> **Work instruction**: Your task is to copy each line in the listing that includes the word "Position".

> **Records to use**:
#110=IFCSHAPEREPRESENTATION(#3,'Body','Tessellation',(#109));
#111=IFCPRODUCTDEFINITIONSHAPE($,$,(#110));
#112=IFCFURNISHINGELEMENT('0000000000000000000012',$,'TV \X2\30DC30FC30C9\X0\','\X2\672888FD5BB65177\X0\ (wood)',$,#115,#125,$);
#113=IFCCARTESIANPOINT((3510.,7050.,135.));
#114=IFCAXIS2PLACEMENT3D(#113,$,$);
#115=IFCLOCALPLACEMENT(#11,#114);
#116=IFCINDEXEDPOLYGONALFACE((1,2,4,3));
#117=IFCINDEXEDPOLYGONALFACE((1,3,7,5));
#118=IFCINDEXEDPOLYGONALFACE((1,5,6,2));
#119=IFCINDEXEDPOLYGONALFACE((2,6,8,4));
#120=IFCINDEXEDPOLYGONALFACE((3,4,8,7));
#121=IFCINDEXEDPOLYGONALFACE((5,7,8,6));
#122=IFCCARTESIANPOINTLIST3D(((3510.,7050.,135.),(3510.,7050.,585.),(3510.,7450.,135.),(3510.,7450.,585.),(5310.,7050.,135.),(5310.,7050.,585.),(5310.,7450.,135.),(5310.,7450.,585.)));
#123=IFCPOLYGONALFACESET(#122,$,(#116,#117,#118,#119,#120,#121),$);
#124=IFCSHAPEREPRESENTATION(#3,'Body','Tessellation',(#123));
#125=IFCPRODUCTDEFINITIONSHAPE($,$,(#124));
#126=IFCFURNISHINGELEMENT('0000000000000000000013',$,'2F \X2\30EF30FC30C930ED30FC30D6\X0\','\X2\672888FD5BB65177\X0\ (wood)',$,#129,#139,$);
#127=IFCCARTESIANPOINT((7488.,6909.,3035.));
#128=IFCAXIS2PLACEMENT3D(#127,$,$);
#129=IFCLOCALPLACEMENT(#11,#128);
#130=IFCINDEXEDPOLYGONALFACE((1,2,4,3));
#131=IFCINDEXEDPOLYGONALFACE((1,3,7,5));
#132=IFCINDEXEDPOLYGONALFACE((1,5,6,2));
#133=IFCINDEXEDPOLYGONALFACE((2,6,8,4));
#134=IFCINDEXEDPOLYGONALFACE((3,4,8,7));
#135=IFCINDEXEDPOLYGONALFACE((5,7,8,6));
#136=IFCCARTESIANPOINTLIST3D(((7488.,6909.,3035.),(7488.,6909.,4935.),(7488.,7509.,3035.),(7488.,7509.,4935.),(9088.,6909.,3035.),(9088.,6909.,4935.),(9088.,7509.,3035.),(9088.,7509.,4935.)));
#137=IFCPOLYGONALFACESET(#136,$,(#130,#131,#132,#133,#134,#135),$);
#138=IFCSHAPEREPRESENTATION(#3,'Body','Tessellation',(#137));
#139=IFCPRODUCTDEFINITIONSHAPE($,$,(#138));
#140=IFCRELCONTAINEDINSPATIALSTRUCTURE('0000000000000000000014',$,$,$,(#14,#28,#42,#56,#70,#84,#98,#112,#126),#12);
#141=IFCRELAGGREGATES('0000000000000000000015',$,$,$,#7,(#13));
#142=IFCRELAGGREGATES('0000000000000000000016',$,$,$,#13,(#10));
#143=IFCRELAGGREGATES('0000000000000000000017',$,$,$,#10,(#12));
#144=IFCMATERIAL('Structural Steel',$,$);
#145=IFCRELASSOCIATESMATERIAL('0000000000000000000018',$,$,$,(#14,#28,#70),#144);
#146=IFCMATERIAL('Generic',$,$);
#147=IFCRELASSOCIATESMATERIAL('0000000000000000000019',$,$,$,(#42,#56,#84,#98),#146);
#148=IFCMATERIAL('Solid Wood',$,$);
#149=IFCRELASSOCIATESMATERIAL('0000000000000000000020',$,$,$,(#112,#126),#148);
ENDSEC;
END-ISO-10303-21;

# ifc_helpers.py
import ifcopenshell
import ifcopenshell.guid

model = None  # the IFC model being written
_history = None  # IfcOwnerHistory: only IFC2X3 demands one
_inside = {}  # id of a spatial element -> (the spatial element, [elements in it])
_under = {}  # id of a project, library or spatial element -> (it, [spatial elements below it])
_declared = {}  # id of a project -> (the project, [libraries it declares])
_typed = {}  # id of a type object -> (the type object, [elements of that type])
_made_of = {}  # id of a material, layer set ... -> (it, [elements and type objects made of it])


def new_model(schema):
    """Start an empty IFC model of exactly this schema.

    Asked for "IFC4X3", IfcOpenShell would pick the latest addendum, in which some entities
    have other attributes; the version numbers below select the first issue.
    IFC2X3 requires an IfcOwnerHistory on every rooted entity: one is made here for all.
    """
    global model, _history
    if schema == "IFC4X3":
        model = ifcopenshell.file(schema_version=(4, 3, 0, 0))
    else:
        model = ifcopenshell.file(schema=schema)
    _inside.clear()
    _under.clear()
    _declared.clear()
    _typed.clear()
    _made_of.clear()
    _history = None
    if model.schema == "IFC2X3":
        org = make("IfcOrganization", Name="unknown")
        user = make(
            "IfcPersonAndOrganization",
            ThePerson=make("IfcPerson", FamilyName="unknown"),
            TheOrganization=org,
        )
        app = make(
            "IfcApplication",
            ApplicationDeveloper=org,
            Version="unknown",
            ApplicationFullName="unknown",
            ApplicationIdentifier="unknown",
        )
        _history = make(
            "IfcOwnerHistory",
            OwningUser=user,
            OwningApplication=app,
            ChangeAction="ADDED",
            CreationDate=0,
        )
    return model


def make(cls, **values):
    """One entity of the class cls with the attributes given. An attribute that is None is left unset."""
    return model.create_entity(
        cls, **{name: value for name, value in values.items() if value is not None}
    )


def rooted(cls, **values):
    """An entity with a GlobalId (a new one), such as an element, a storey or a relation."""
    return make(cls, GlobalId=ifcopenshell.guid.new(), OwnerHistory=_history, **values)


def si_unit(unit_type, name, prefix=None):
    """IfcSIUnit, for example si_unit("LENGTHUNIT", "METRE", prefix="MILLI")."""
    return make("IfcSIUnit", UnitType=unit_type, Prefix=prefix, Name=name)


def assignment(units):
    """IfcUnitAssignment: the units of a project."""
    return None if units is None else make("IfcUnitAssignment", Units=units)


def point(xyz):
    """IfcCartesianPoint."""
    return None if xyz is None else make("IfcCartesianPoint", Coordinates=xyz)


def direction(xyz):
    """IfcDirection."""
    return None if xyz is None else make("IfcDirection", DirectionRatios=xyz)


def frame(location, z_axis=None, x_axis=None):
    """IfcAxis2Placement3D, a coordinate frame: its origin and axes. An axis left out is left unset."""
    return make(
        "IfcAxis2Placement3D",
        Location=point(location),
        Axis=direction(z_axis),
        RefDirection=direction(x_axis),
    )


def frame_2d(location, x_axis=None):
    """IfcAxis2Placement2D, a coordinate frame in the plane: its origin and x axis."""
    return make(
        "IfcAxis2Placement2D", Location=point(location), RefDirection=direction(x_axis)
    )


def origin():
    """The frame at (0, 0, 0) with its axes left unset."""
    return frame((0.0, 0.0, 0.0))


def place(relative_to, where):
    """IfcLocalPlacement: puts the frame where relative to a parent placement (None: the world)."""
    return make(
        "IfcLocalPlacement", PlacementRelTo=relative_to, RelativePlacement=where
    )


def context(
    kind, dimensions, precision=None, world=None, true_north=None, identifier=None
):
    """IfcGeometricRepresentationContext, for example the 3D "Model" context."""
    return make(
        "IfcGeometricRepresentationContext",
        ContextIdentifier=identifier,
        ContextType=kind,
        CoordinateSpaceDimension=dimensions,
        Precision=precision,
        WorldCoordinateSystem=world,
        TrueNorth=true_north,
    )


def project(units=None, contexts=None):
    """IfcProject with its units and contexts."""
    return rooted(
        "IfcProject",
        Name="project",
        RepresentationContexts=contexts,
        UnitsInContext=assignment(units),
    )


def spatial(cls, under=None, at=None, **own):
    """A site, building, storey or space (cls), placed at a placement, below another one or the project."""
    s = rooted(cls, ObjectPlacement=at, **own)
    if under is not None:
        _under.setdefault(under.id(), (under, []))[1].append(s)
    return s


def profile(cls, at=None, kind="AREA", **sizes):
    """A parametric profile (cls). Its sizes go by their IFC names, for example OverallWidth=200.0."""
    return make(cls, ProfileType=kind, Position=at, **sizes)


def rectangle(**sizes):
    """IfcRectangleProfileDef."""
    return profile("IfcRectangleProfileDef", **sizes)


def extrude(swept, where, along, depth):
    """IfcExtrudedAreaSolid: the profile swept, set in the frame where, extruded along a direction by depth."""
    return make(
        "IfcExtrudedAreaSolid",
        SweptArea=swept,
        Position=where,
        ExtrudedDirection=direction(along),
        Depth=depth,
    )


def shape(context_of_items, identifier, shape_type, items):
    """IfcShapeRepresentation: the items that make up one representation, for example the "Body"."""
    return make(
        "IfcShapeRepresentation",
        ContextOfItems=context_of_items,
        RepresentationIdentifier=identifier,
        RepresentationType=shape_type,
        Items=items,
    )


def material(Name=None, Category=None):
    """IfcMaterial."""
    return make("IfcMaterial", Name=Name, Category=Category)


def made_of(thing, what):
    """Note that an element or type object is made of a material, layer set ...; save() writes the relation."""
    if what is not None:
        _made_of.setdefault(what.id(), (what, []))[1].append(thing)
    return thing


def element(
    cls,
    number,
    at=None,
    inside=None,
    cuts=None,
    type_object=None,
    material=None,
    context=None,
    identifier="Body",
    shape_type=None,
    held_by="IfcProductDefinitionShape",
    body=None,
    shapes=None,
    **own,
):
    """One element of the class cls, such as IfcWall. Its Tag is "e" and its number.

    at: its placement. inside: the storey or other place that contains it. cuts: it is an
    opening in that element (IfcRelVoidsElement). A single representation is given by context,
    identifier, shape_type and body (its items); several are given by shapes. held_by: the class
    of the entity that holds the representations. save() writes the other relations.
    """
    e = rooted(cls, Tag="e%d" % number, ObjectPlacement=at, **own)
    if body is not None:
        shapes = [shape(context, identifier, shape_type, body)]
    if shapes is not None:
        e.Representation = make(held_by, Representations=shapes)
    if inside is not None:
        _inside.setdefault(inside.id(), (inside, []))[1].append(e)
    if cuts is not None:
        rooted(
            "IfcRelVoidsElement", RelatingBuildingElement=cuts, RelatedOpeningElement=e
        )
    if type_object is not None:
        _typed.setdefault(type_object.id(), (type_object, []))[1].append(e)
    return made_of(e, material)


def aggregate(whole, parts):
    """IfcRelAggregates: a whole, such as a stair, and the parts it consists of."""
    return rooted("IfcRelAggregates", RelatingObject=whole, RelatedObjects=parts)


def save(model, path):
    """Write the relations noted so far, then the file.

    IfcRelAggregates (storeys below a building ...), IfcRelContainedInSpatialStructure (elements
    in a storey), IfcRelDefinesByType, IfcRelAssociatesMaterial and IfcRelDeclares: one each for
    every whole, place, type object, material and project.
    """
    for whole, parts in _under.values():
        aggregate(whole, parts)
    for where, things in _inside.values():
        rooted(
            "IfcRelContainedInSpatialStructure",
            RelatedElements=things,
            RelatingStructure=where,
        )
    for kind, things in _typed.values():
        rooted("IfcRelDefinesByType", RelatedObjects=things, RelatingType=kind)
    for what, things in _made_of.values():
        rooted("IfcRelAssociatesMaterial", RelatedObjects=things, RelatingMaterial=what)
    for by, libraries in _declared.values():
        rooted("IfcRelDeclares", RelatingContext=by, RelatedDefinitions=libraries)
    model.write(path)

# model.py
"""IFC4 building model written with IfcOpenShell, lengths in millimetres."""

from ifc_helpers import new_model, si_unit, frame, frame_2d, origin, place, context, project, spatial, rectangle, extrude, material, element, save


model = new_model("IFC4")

> **Written solution**:
    return make(cls, ProfileType=kind, Position=at, **sizes)
        Position=where,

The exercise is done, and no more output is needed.